Vous possédez aussi une entreprise commune avec ce concurrent dont est issu votre nouveau PDG, entreprise qui fait ses 10 % de croissance par an depuis plusieurs années, et promet de forts beaux résultats à venir tant son secteur est porteur et ses méthodes aggressives à l'international.
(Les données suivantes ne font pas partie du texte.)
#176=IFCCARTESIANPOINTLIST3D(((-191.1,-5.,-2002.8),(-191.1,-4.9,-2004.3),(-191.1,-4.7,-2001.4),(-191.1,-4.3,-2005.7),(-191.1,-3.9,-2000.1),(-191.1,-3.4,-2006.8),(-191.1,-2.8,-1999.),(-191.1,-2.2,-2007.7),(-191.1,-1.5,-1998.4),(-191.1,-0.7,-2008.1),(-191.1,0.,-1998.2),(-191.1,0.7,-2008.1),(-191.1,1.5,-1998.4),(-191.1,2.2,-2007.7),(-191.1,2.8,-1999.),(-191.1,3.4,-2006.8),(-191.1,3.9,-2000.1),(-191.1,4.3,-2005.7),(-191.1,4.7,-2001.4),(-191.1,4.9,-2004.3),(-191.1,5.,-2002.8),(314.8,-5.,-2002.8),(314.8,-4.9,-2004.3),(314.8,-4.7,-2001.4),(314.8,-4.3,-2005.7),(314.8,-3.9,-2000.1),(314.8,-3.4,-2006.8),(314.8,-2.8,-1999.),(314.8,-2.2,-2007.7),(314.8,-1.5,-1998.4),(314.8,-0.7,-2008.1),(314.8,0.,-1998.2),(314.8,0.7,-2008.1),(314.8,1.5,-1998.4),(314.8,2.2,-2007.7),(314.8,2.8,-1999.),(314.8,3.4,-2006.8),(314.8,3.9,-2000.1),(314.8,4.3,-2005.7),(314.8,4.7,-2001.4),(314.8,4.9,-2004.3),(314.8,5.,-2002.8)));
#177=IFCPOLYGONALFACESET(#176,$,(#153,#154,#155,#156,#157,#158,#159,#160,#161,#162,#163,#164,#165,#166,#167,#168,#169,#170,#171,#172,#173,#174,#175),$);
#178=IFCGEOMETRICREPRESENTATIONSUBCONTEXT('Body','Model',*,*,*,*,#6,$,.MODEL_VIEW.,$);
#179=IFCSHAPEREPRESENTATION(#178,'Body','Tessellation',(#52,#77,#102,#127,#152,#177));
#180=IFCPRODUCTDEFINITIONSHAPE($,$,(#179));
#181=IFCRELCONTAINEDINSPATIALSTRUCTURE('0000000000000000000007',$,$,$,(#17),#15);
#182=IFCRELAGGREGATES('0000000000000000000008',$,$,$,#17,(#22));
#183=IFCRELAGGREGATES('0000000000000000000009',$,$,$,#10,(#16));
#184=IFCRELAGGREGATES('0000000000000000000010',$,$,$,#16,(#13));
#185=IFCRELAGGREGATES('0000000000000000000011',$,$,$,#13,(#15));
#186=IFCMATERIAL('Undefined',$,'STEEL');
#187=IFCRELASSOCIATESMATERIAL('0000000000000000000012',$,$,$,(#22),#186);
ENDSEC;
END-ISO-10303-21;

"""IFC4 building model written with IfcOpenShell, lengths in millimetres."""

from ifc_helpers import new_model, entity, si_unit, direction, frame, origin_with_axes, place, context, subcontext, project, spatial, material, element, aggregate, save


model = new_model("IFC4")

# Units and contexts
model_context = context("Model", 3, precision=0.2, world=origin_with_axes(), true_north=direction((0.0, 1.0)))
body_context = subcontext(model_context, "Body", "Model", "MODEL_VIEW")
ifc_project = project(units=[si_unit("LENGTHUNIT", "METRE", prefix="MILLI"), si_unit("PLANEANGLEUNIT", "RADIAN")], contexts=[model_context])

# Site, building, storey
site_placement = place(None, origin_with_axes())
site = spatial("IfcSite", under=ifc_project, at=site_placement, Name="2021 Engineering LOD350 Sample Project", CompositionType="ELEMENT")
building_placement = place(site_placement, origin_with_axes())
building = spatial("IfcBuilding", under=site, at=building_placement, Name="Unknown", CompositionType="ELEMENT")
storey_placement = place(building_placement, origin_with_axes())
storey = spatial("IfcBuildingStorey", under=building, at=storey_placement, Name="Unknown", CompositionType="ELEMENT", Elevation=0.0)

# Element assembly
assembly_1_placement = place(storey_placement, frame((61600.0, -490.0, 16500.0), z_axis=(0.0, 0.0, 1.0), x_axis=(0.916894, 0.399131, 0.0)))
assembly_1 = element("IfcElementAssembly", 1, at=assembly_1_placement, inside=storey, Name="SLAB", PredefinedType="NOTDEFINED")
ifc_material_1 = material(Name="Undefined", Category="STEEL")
Et voilà pas que votre tout beau tout nouveau PDG annonce qu'il va effectuer un rapprochement "au moins industriel" avec votre féroce concurrent, le tout en lui revendant cette société à fort potentiel de croissance contre 15 % de ses actions, ce qui ressemble quand même fortement à la braderie d'un bijou en échange d'un rapprochement tout ce qu'il y a de plus financier : le rapprochement industriel n'était il pas effectif avec cette société internationale commune de réalisation d'infrastructures ? De plus, comment savoir si les actions obtenues en échange de votre joint-venture à forte croissance représentent une valeur intéressante pour vous, sinon parce que le PDG vous le dit ? Pour en rajouter une couche dans l'ignominie de votre nouveau directeur, vous n'avez aucune intention de racheter ce concurrent, car votre part majoritaire l'est de si peu qu'une fusion entraînerait quasi-automatiquement la défaite de votre majorité actionnariale.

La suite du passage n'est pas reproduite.